All that is wanted is a word-for-word copy of the data from its first line to the line containing "#182=IFCRELAGGREGATES('0000000000000000000011',$,$,$,#8,(#15));", both included.
Content starts
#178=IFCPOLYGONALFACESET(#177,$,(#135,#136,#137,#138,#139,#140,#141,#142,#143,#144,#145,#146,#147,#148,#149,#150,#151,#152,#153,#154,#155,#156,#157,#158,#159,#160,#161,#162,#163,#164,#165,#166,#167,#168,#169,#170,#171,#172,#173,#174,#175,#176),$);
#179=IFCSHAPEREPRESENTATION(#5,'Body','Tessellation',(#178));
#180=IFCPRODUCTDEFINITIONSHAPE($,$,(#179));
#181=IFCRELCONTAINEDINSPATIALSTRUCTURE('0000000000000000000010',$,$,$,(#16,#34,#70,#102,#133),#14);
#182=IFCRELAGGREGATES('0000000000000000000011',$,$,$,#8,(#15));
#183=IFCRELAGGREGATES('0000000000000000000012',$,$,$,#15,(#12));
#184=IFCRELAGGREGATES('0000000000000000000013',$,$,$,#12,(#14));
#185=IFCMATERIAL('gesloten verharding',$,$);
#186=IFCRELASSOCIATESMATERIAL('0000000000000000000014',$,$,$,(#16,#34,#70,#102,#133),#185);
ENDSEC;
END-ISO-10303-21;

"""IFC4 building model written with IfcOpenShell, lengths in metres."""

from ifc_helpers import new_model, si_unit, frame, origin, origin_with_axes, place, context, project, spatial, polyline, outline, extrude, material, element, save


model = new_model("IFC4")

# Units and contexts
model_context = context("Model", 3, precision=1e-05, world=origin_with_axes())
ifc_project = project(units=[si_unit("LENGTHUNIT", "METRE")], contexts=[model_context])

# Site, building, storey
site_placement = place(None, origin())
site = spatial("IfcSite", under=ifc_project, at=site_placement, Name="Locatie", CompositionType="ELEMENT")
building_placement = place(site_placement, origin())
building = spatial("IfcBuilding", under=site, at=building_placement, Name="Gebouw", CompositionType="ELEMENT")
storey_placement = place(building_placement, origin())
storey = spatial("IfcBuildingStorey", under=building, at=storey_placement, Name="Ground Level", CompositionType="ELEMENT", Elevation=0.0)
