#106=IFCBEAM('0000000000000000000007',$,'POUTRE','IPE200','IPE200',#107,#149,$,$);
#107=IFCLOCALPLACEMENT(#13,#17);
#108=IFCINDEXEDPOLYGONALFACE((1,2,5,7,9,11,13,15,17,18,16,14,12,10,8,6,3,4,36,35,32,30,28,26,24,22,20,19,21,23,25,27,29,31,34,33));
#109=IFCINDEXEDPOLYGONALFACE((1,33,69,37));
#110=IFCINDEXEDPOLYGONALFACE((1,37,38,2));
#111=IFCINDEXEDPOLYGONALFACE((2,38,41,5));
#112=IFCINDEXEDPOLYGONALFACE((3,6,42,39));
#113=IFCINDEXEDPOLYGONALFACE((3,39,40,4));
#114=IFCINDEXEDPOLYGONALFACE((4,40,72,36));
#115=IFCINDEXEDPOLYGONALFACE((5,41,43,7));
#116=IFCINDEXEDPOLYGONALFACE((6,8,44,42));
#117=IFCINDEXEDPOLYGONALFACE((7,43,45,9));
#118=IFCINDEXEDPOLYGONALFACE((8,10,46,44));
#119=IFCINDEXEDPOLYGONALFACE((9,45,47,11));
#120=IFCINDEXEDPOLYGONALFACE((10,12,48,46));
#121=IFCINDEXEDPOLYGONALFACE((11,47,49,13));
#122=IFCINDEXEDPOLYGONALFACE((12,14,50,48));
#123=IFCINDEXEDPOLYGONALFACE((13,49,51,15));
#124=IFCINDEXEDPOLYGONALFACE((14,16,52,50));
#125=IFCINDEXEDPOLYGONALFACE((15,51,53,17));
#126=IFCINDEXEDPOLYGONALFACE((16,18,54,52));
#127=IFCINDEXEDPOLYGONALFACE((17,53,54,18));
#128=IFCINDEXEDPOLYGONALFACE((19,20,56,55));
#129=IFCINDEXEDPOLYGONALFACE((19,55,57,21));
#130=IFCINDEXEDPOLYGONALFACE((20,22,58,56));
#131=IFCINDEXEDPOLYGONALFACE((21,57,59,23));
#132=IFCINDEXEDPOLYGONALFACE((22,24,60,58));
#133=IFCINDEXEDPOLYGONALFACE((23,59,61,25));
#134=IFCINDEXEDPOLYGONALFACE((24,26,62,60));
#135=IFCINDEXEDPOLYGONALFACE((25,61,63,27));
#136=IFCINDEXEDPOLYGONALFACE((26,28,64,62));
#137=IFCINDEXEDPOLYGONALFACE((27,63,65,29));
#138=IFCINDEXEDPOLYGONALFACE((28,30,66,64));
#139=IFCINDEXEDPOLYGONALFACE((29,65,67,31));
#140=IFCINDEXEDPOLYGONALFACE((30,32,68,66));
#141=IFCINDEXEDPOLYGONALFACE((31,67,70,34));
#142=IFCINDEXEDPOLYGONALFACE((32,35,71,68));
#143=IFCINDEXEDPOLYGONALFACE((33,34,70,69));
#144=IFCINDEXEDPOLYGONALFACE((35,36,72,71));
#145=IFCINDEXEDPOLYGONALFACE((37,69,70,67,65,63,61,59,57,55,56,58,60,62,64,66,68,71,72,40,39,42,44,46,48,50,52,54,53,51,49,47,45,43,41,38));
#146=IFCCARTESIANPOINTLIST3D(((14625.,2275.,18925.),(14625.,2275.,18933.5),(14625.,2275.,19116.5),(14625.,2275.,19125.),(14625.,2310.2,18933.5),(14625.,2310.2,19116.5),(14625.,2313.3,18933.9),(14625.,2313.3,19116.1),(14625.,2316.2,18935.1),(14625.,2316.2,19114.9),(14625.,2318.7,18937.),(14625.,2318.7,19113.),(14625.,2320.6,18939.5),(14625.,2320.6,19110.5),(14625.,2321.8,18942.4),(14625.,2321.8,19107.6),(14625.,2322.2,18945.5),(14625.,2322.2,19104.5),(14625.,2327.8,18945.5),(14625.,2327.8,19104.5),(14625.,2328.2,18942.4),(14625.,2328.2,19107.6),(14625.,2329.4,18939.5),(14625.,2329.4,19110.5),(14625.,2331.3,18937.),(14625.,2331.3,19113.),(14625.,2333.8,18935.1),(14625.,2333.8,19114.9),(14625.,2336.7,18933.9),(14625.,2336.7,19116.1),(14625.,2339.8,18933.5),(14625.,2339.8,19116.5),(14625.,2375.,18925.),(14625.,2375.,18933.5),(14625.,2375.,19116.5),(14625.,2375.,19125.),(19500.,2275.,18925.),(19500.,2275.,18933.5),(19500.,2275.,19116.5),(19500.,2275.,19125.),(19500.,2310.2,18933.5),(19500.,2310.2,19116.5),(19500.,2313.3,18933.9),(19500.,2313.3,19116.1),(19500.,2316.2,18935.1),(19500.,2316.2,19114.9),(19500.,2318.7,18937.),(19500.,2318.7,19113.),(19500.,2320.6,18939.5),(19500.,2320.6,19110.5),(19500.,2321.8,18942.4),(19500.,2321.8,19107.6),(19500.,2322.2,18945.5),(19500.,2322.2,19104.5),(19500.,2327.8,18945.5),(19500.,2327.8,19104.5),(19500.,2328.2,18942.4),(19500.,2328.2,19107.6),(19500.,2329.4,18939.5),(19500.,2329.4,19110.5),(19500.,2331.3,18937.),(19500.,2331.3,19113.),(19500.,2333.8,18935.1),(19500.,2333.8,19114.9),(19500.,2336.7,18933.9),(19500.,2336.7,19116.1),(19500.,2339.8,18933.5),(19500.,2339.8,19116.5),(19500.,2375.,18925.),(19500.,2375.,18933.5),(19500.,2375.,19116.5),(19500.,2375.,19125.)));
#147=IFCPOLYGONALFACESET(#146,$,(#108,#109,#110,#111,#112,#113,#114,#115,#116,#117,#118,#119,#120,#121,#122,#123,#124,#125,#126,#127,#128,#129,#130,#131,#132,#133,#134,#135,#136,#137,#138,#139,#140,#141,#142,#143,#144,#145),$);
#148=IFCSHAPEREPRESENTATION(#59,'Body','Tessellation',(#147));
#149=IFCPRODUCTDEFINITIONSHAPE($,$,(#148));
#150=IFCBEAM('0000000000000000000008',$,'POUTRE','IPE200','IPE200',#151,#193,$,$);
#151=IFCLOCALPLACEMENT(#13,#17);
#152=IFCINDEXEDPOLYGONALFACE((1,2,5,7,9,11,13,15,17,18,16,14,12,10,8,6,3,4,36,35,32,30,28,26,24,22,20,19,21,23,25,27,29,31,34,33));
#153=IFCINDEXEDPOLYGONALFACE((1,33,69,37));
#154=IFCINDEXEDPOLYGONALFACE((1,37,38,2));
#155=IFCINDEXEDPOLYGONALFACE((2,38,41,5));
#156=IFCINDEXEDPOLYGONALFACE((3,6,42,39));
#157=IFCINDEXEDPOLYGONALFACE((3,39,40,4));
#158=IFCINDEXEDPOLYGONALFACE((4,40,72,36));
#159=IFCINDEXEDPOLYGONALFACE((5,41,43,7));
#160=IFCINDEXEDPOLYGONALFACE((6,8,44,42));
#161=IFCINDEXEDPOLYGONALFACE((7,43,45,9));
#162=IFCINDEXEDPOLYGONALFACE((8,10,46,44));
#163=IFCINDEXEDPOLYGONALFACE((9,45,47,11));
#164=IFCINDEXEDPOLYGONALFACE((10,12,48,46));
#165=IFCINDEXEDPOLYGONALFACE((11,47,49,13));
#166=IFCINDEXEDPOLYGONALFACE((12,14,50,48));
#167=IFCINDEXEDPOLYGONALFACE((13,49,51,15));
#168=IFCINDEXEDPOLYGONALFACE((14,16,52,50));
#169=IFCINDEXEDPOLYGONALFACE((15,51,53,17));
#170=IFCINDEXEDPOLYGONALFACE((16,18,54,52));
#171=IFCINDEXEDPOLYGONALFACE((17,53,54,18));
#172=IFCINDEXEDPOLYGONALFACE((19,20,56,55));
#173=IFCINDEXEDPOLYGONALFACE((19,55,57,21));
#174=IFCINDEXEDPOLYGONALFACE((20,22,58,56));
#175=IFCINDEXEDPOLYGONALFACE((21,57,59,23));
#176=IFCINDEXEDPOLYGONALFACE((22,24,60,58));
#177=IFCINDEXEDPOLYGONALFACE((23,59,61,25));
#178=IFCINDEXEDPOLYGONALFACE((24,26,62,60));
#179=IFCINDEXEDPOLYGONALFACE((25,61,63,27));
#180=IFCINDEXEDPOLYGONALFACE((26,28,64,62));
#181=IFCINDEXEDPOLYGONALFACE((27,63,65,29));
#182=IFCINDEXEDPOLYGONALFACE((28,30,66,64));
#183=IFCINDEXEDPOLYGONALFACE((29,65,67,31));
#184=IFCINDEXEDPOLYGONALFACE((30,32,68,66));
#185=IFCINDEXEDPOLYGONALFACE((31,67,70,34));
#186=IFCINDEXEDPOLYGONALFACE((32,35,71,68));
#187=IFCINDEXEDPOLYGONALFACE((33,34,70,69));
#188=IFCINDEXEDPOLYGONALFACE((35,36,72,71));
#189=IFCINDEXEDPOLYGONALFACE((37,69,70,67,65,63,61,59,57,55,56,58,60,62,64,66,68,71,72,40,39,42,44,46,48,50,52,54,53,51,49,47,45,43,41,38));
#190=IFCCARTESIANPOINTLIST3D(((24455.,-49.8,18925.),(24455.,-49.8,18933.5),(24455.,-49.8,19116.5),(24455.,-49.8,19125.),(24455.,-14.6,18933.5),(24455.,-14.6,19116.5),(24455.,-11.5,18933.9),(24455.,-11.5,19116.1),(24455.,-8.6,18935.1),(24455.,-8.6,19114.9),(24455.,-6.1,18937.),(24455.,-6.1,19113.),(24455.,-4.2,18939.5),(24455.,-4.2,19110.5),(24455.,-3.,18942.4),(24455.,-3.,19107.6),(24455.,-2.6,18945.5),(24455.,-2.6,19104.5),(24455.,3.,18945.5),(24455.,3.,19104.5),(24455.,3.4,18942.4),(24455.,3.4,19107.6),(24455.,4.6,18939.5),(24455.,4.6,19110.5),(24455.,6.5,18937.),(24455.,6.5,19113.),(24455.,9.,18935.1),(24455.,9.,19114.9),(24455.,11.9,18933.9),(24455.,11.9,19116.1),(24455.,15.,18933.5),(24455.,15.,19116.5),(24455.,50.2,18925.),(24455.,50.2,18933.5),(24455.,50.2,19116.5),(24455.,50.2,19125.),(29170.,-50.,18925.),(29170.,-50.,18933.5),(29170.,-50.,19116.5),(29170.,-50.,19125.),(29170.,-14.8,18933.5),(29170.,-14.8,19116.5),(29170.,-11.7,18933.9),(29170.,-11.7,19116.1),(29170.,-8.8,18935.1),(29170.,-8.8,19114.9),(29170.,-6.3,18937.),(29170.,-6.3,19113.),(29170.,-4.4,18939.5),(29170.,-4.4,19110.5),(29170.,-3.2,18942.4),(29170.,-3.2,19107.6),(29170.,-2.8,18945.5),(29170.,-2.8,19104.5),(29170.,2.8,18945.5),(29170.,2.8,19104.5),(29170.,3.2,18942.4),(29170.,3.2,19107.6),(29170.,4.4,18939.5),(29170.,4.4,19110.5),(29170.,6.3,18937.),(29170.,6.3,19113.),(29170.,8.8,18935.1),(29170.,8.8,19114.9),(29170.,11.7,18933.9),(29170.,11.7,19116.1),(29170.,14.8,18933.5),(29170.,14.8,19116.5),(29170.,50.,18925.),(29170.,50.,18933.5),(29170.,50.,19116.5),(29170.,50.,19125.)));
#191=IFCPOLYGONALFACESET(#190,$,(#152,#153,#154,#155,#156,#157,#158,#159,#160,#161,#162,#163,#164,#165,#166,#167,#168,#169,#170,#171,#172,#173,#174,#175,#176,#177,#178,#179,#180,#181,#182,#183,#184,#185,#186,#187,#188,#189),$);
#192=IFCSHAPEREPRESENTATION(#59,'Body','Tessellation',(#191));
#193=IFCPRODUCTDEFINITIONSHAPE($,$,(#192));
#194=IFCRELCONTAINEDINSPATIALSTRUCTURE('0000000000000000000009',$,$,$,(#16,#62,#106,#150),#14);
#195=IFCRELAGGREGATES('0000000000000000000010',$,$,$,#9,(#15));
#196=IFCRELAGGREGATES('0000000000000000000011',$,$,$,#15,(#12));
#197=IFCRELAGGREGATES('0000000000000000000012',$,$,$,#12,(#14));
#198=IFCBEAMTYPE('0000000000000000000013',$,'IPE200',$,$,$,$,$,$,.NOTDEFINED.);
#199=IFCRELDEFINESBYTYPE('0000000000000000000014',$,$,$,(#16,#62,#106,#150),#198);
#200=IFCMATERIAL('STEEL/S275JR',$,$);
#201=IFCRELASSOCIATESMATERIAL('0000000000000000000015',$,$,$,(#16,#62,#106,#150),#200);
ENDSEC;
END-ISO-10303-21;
Content ends
Solution for this problem -
#178=IFCPOLYGONALFACESET(#177,$,(#135,#136,#137,#138,#139,#140,#141,#142,#143,#144,#145,#146,#147,#148,#149,#150,#151,#152,#153,#154,#155,#156,#157,#158,#159,#160,#161,#162,#163,#164,#165,#166,#167,#168,#169,#170,#171,#172,#173,#174,#175,#176),$);
#179=IFCSHAPEREPRESENTATION(#5,'Body','Tessellation',(#178));
#180=IFCPRODUCTDEFINITIONSHAPE($,$,(#179));
#181=IFCRELCONTAINEDINSPATIALSTRUCTURE('0000000000000000000010',$,$,$,(#16,#34,#70,#102,#133),#14);
#182=IFCRELAGGREGATES('0000000000000000000011',$,$,$,#8,(#15));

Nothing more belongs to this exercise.